Los latinos en EE.UU. ven el sueño americano más como aspiración que realidad: solo el 20% cree haberlo alcanzado. Sin embargo, los inmigrantes son más optimistas: el 70% considera que vive mejor que sus padres y el 53% espera que sus hijos mejoren aún más.
El sueño americano sigue siendo, para la mayoría de los latinos en Estados Unidos, más una aspiración que una realidad. Solo uno de cada cinco, el 20% siente haberlo alcanzado, frente a un 18% que lo da por perdido, según la última Encuesta Nacional de Latinos del Pew Research Center, publicada este martes.

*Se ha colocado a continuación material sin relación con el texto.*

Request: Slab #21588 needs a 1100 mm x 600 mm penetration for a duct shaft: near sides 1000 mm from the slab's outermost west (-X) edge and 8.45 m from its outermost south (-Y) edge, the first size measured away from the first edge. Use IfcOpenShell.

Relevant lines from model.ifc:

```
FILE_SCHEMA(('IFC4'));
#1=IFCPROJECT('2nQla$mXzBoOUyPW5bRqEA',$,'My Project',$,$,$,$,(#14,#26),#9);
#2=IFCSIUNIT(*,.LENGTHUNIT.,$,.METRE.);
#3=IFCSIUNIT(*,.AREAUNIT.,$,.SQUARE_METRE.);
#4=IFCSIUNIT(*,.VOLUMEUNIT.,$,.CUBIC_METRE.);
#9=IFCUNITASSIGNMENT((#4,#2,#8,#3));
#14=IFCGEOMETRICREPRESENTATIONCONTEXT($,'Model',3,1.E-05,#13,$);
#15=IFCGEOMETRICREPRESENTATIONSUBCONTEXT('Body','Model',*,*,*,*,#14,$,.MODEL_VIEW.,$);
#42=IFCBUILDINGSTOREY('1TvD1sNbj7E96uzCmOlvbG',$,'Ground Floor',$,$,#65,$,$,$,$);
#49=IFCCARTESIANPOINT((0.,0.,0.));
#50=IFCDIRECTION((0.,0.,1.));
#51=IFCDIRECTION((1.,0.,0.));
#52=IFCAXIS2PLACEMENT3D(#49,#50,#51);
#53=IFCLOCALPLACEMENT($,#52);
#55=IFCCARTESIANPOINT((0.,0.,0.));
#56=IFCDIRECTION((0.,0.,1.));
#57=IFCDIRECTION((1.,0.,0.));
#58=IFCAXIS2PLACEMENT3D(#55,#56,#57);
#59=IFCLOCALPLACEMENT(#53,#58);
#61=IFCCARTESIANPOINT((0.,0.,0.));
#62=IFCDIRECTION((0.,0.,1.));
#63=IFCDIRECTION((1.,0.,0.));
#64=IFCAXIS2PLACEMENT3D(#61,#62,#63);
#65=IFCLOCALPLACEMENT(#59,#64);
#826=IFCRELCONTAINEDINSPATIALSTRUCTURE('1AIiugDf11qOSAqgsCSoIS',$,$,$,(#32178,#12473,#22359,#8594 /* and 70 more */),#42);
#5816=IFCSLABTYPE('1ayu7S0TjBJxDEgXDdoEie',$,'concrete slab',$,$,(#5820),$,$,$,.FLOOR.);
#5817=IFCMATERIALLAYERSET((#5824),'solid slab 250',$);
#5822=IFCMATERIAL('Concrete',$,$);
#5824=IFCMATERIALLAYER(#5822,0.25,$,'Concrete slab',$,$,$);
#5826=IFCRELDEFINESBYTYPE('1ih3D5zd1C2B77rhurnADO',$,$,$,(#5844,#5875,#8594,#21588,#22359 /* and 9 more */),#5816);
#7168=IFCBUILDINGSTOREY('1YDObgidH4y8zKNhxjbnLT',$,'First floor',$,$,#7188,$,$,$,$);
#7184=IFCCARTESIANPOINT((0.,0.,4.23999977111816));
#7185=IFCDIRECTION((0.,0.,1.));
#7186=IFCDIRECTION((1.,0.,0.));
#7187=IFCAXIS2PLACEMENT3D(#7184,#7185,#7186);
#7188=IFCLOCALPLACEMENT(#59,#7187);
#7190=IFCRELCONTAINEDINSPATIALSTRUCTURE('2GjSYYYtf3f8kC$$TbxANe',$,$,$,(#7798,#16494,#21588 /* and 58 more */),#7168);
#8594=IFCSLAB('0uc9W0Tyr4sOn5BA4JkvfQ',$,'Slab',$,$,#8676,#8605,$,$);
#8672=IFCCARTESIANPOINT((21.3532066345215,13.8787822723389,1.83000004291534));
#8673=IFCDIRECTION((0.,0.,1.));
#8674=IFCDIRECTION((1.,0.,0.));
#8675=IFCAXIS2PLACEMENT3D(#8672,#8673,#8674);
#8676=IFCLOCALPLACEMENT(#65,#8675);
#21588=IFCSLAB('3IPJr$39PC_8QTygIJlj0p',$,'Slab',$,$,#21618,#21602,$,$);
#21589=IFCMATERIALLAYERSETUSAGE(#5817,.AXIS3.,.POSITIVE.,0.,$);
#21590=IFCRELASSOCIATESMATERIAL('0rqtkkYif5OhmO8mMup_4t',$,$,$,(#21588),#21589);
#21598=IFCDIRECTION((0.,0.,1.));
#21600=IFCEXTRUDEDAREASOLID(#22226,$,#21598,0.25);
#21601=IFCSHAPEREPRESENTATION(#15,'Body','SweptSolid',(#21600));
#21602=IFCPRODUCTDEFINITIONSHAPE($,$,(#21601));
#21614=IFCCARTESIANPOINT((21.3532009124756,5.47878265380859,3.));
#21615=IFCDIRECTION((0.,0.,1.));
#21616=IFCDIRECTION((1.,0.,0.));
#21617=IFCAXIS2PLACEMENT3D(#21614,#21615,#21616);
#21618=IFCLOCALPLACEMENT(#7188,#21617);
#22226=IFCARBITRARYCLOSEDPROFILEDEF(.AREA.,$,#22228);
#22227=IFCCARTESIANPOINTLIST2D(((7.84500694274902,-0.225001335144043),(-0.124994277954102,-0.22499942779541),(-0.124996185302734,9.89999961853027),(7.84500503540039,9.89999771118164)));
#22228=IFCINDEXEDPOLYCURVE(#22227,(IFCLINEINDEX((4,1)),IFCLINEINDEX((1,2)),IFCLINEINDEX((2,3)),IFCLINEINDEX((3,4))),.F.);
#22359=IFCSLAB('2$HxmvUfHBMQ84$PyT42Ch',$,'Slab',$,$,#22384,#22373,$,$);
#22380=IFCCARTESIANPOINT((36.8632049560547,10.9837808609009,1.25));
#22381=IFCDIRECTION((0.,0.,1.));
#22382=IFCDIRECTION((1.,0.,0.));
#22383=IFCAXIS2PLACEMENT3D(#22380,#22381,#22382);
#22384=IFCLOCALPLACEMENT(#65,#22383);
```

```python
import numpy as np
import ifcopenshell
import ifcopenshell.api.feature
import ifcopenshell.api.geometry
import ifcopenshell.api.root
import ifcopenshell.geom
import ifcopenshell.util.placement
import ifcopenshell.util.representation
import ifcopenshell.util.shape
import ifcopenshell.util.unit

model = ifcopenshell.open("model.ifc")
unit_scale = ifcopenshell.util.unit.calculate_unit_scale(model)
settings = ifcopenshell.geom.settings()


def volume(element):
    """Net volume in cubic metres, openings subtracted."""
    shape = ifcopenshell.geom.create_shape(settings, element)
    return ifcopenshell.util.shape.get_volume(shape.geometry)


slab = model.by_guid("3IPJr$39PC_8QTygIJlj0p")
before = volume(slab)

# Extent in the slab's own axes, in metres. The edges named are its -X and -Y sides.
slab_shape = ifcopenshell.geom.create_shape(settings, slab)
vertices = ifcopenshell.util.shape.get_vertices(slab_shape.geometry)
x_min, y_min, bottom = vertices.min(axis=0)
top = vertices[:, 2].max()

opening = ifcopenshell.api.root.create_entity(model, ifc_class="IfcOpeningElement", name="Duct shaft opening", predefined_type="OPENING")
context = ifcopenshell.util.representation.get_context(model, "Model", "Body", "MODEL_VIEW")
width, depth = 1.1, 0.6
outline = [(0.0, 0.0), (width, 0.0), (width, depth), (0.0, depth), (0.0, 0.0)]
# Overshoot both faces by 50 mm so the cut is clean.
shape = ifcopenshell.api.geometry.add_slab_representation(
    model, context=context, depth=top - bottom + 0.1, polyline=outline
)
ifcopenshell.api.geometry.assign_representation(model, product=opening, representation=shape)

matrix = ifcopenshell.util.placement.get_local_placement(slab.ObjectPlacement)
matrix[:, 3] = matrix @ np.append(np.array([x_min + 1, y_min + 8.45, bottom - 0.05]) / unit_scale, 1.0)
ifcopenshell.api.geometry.edit_object_placement(model, product=opening, matrix=matrix, is_si=False)
ifcopenshell.api.feature.add_feature(model, feature=opening, element=slab)

after = volume(slab)

print(f"slab volume {before:.3f} -> {after:.3f} m3")

model.write("model-out.ifc")
```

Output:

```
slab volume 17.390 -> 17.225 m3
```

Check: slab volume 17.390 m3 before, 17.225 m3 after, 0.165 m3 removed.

El dato más llamativo, sin embargo, es otro: el optimismo económico crece con fuerza entre quienes llegaron de fuera, mucho más que entre quienes nacieron en el país.
Pesimismo generacional: cada vez más difícil que para sus padres
La encuesta, realizada por correo a 8.046 adultos en Estados Unidos, 4.923 de ellos hispanos, detecta un pesimismo generalizado sobre la idea tradicional del sueño americano. Un 27% de los latinos considera directamente que "no existe". Y cuando se les pregunta por la dificultad de alcanzarlo, casi la mitad (48%) responde que hoy es más complicado que en la generación de sus padres; un 35% cree que el nivel de dificultad se mantiene igual.
Ese pesimismo aumenta cuanto más tiempo lleva la familia en el país: el 52% de los latinos de tercera generación o posteriores, y el 44% de la segunda generación, piensan que las cosas se han puesto más difíciles. Pese a ello, la mayoría coincide en qué hace falta para lograrlo: "El trabajo duro, la motivación y el acceso a las oportunidades adecuadas" pesan más, dicen, que la suerte.
Entre los estadounidenses no hispanos la confianza es algo mayor: un 28% afirma estar viviendo ya el sueño americano y un 29% dice estar en camino de lograrlo. El 19% lo considera inalcanzable y un 23% niega que exista siquiera, cifras muy similares a las registradas entre los latinos.
Los migrantes, más optimistas sobre el progreso entre generaciones
El panorama cambia cuando la pregunta es otra: si viven mejor que sus padres. Ahí los latinos superan claramente al resto del país. Un 57% asegura tener un nivel de vida superior al de sus progenitores a su misma edad, y un 53% confía en que sus hijos vivirán todavía mejor.
Esa confianza se dispara entre quienes nacieron fuera de Estados Unidos: siete de cada diez migrantes dicen vivir mejor que sus padres, frente a un 49% de los latinos nacidos ya en el país.
Definir el concepto no es sencillo, y las respuestas se reparten. Para un 59%, el sueño americano tiene que ver sobre todo con la economía; para un 39%, con la posibilidad de mejorar la vida de su familia. Un 18% lo asocia, simplemente, a "la libertad o sentirse libre".
La encuesta llega en plena ola de políticas antimigratorias del presidente Donald Trump, que gobierna desde enero de 2025. Solo en julio, el ICE y la Oficina de Aduanas y Protección Fronteriza (CBP) arrestaron a más de 51.000 migrantes, la cifra mensual más alta de todo su segundo mandato.